RESPONSE TO REVIEWER 3

Many thanks for your insightful comments on our manuscript detailing where there are limitations.   We have amended the manuscript to reflect your suggestions and believe it is now improved.  Please see below a point-by-point breakdown of your comments and how the manuscript has been amended.

Comment #1:             “The number of volunteers enrolled (n= 17) is extremely small to draw statistically significant conclusions. If the Authors are not in the possibility to enlarge the cohort, the must clearly state this limitation in the Discussion section”

Amendment: We agree that the size of the cohort was small in this feasibility study and unfortunately we are unable to enlarge the group size. We have made it explicit in the discussion that this is a limitation, and suggested that any future studies should be undertaken with more participants.  The edit now reads:

“A limitation of this study was the small cohort size (n=17); the completion of this initial safety assessment of MLD allows for both larger test cohorts and testing in IBD patients in future studies.”

Comment #2:             “why not to use a blinded control group with placebo administration?”

Response: It would have been ideal to undertake such clinical study; however, due to the small recruitment number it was unfeasible.
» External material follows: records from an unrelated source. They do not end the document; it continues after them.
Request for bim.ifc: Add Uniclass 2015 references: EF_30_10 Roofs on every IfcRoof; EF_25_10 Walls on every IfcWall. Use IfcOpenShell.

First a look at what the model holds.

```python
import ifcopenshell

model = ifcopenshell.open("bim.ifc")
print(model.schema)
print("classifications:", [c.Name for c in model.by_type("IfcClassification")])
for ifc_class in ("IfcDoor", "IfcRoof", "IfcStair", "IfcWall", "IfcWindow"):
    print(ifc_class, len(model.by_type(ifc_class)))
```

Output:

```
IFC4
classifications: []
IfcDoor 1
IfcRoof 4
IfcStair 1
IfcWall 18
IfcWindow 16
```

```python
import ifcopenshell
import ifcopenshell.api.classification

model = ifcopenshell.open("bim.ifc")

system = ifcopenshell.api.classification.add_classification(model, classification="Uniclass 2015")

codes = {
    "IfcRoof": ("EF_30_10", "Roofs"),
    "IfcWall": ("EF_25_10", "Walls"),
}
for ifc_class, (code, name) in codes.items():
    products = model.by_type(ifc_class)
    ifcopenshell.api.classification.add_reference(
        model, products=products, classification=system, identification=code, name=name
    )
    print(code, len(products))

model.write("bim_v2.ifc")
```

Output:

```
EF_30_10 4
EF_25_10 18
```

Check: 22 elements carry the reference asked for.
This will certainly be taken into consideration in future studies utilising MLD (now safety has been verified).

Comment #3:             “The Authors state in the Results section that side effect were infrequent; however, data reported show the presence of flatulence in 16/17 subjects (that is 94% !) and of bloating and abdominal pain in about 40-50% of subjects. Could the Authors explain why these side effects were defined as "infrequent"?

Amendment: We regret this oversight in our manuscript. This may be confusing as the table reports number of patients who experienced such effects over the whole intervention period. To avoid any future confusion, we have removed the word ‘infrequent’.

Comment #4:             “Adverse effects described could be grater in IBD patients which, as reported by the Authors in the Introduction, represent the category of patients who could theoretically benefits form treatment with iron chelators. Please make a comment regarding these aspects”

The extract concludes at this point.